→ **SOURCE RECORDS**
------------------------
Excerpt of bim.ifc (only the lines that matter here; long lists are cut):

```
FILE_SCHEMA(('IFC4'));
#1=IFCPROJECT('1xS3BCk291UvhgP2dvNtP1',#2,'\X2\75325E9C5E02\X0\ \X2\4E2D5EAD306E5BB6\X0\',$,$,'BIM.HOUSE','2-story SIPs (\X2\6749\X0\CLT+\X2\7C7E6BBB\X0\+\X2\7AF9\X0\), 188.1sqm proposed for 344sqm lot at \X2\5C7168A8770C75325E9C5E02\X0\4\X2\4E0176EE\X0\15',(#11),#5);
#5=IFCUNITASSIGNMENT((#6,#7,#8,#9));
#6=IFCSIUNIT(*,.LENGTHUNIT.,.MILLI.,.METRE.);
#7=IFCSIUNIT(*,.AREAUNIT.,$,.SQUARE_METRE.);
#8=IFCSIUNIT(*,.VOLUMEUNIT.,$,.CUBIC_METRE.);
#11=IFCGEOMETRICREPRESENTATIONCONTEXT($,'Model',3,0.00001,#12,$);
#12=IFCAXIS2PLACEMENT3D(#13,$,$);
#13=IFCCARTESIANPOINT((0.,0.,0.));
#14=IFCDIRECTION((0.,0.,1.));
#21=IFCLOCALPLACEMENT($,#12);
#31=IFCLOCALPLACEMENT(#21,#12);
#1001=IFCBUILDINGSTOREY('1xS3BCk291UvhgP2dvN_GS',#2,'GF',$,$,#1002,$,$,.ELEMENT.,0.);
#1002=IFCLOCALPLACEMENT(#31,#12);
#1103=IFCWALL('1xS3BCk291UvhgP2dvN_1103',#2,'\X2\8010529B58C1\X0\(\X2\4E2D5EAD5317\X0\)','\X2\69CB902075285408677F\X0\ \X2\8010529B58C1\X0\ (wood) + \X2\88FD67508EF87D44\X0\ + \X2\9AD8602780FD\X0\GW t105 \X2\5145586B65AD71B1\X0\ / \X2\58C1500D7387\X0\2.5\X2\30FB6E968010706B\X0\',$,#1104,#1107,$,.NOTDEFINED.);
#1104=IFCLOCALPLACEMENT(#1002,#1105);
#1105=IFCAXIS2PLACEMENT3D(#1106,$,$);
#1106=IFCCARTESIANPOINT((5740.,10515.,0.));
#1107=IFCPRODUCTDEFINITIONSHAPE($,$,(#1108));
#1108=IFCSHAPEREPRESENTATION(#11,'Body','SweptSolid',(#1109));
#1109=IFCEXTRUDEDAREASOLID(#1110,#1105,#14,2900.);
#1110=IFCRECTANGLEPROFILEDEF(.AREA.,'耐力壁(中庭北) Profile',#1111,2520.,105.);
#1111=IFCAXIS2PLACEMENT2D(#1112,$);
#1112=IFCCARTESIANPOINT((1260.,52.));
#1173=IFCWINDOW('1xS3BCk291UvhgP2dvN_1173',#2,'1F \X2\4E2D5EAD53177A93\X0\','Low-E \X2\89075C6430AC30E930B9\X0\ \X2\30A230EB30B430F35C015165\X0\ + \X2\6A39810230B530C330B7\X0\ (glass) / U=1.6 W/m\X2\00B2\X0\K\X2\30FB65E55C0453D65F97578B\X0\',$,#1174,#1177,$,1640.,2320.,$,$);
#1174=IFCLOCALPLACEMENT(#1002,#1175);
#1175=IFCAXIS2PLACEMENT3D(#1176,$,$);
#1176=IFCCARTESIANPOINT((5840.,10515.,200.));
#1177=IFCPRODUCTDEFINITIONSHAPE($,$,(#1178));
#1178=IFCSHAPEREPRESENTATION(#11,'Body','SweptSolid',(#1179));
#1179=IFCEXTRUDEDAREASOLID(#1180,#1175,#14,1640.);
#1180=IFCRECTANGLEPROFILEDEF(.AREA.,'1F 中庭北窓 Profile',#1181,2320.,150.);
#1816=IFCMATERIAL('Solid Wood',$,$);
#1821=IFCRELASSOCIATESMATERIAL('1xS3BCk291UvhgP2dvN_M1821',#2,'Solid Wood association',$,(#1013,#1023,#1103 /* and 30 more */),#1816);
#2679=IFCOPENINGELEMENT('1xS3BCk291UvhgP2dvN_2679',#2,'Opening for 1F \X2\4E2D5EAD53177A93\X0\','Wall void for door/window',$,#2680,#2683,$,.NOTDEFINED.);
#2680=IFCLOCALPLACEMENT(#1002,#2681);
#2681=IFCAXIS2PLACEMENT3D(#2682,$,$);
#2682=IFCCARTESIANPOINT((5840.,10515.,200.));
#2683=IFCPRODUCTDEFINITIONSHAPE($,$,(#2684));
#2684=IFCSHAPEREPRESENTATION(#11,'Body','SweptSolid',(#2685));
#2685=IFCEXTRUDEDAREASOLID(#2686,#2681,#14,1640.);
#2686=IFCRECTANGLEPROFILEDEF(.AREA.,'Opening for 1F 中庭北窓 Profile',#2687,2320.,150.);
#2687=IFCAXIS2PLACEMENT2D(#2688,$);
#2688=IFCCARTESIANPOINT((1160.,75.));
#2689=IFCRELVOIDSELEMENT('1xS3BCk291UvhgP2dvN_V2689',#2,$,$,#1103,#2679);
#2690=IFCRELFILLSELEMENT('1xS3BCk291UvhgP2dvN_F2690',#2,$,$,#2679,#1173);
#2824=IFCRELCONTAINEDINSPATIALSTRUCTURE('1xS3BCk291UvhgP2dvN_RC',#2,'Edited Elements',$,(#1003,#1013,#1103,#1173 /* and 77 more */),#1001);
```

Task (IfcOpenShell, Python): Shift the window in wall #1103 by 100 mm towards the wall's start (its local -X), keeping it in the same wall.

```python
import ifcopenshell
import ifcopenshell.api.geometry
import ifcopenshell.util.placement

model = ifcopenshell.open("bim.ifc")

window = model.by_guid("1xS3BCk291UvhgP2dvN_1173")
opening = window.FillsVoids[0].RelatingOpeningElement
wall = opening.VoidsElements[0].RelatingBuildingElement

wall_matrix = ifcopenshell.util.placement.get_local_placement(wall.ObjectPlacement)
shift = wall_matrix[:3, 0] * -100.0
before = ifcopenshell.util.placement.get_local_placement(window.ObjectPlacement)[:3, 3].copy()

# The window is not placed relative to its opening, so move both.
for product in (opening, window):
    matrix = ifcopenshell.util.placement.get_local_placement(product.ObjectPlacement)
    matrix[:3, 3] += shift
    ifcopenshell.api.geometry.edit_object_placement(model, product=product, matrix=matrix, is_si=False)

after = ifcopenshell.util.placement.get_local_placement(window.ObjectPlacement)[:3, 3]
print("window moved by", (after - before).round(3) + 0.0)

model.write("bim_v2.ifc")
```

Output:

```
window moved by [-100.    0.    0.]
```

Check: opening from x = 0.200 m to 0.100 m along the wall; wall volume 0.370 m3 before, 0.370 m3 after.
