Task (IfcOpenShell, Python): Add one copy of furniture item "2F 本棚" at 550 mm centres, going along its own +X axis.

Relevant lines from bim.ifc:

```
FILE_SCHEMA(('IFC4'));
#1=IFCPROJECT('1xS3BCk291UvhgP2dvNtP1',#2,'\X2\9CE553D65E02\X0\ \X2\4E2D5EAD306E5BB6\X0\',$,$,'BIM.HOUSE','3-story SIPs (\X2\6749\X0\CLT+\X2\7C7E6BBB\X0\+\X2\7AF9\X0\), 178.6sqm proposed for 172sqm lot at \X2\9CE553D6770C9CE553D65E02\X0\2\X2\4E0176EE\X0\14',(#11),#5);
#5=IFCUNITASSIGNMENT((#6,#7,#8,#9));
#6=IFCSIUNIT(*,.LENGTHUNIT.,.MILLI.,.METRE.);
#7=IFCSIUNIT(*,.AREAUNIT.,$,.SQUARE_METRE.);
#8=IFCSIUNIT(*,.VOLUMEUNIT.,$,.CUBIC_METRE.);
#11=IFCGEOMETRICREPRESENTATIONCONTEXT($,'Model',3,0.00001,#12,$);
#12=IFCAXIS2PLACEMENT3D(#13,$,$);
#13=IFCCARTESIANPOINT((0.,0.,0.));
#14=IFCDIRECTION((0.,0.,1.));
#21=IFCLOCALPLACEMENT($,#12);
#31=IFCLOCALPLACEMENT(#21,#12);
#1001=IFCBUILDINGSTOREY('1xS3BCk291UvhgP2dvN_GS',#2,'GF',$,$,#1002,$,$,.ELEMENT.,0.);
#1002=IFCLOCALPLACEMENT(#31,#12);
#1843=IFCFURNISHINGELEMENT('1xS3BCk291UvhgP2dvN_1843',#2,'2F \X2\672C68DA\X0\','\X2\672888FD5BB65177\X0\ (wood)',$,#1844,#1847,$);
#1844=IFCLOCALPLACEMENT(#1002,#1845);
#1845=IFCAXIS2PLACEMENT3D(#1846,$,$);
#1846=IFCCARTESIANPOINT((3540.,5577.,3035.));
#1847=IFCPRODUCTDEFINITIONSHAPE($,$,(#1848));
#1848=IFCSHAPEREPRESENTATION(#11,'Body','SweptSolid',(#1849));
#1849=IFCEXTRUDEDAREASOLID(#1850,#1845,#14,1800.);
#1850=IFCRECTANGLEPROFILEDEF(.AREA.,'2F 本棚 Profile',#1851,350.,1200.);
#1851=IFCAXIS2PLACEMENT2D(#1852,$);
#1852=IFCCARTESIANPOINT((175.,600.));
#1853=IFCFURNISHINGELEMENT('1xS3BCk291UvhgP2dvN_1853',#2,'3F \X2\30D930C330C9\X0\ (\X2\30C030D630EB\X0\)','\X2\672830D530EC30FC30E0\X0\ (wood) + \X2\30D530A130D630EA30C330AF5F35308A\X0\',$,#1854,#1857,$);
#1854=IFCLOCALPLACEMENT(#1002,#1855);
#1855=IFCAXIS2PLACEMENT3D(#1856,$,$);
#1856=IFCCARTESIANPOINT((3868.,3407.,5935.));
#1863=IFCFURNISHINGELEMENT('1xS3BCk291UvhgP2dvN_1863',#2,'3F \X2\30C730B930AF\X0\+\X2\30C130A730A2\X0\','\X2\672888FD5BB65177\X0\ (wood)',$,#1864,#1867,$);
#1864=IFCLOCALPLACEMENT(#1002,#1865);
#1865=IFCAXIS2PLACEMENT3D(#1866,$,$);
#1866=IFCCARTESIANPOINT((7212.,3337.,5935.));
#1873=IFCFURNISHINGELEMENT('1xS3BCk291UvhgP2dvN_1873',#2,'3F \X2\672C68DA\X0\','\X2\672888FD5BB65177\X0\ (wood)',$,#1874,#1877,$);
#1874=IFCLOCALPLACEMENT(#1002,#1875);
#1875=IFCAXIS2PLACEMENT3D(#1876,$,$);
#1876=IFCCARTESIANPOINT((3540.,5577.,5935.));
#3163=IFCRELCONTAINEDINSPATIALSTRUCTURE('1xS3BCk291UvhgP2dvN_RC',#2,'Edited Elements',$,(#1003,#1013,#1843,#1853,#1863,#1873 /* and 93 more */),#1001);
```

```python
import ifcopenshell
import ifcopenshell.api.geometry
import ifcopenshell.api.root
import ifcopenshell.util.element
import ifcopenshell.util.placement

model = ifcopenshell.open("bim.ifc")


def reuse_history(source, copy):
    """copy_class also copies each property set's owner history, people and application; keep the originals."""
    for rel in copy.IsDefinedBy:
        if rel.is_a("IfcRelDefinesByProperties") and (history := rel.RelatingPropertyDefinition.OwnerHistory):
            rel.RelatingPropertyDefinition.OwnerHistory = source.OwnerHistory
            ifcopenshell.util.element.remove_deep2(model, history)


source = model.by_guid("1xS3BCk291UvhgP2dvN_1843")
base = ifcopenshell.util.placement.get_local_placement(source.ObjectPlacement)
step = base[:3, 0] * 550.0

for i in range(1, 2):
    copy = ifcopenshell.api.root.copy_class(model, product=source)
    copy.Representation = ifcopenshell.util.element.copy_deep(
        model, source.Representation, exclude=["IfcGeometricRepresentationContext", "IfcRepresentationMap"]
    )
    reuse_history(source, copy)
    matrix = base.copy()
    matrix[:3, 3] += i * step
    print("added at", matrix[:3, 3].round(3) + 0.0)
    ifcopenshell.api.geometry.edit_object_placement(model, product=copy, matrix=matrix, is_si=False)

model.write("bim_rev.ifc")
```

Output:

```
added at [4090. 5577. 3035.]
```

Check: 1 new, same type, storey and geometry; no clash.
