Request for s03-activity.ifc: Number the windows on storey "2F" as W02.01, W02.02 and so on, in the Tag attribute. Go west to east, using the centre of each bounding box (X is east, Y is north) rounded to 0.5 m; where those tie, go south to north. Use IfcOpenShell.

First a look at what the model holds.

```python
import ifcopenshell
import ifcopenshell.util.element
import ifcopenshell.util.placement

model = ifcopenshell.open("s03-activity.ifc")
print(model.schema)
storey = next(s for s in model.by_type("IfcBuildingStorey") if s.Name == "2F")
windows = [e for e in ifcopenshell.util.element.get_decomposition(storey) if e.is_a("IfcWindow")]
for e in sorted(windows, key=lambda e: e.id()):
    origin = ifcopenshell.util.placement.get_local_placement(e.ObjectPlacement)[:3, 3]
    print(e.id(), e.Tag, e.Name, origin.round(2) + 0.0, sep=" | ")
```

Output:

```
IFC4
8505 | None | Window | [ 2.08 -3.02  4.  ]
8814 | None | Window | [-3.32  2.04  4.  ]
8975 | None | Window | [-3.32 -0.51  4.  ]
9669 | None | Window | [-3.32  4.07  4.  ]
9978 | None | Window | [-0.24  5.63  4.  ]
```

```python
import ifcopenshell
import ifcopenshell.geom
import ifcopenshell.util.element
import ifcopenshell.util.shape

model = ifcopenshell.open("s03-activity.ifc")
settings = ifcopenshell.geom.settings()
settings.set("use-world-coords", True)


def centre(element):
    shape = ifcopenshell.geom.create_shape(settings, element)
    return ifcopenshell.util.shape.get_bbox_centroid(shape.geometry)


storey = next(s for s in model.by_type("IfcBuildingStorey") if s.Name == "2F")
windows = [e for e in ifcopenshell.util.element.get_decomposition(storey) if e.is_a("IfcWindow")]

# Insertion points can sit at a corner or the storey origin, so sort by the geometry (in metres).
centres = {e: centre(e) for e in windows}
windows.sort(key=lambda e: (round(centres[e][0] / 0.5), centres[e][1]))

for i, e in enumerate(windows, start=1):
    number = f"W02.{i:02d}"
    e.Tag = number
    print(e.id(), number)

model.write("s03-activity_v2.ifc")
```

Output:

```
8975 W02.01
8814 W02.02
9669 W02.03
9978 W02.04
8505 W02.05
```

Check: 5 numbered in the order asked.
------------------------
→ **WORK INSTRUCTIONS**
Going through the entries above, count the lines with the word "IFCRELCONTAINEDINSPATIALSTRUCTURE". Give only the result.

→ **TASK ANSWER**
2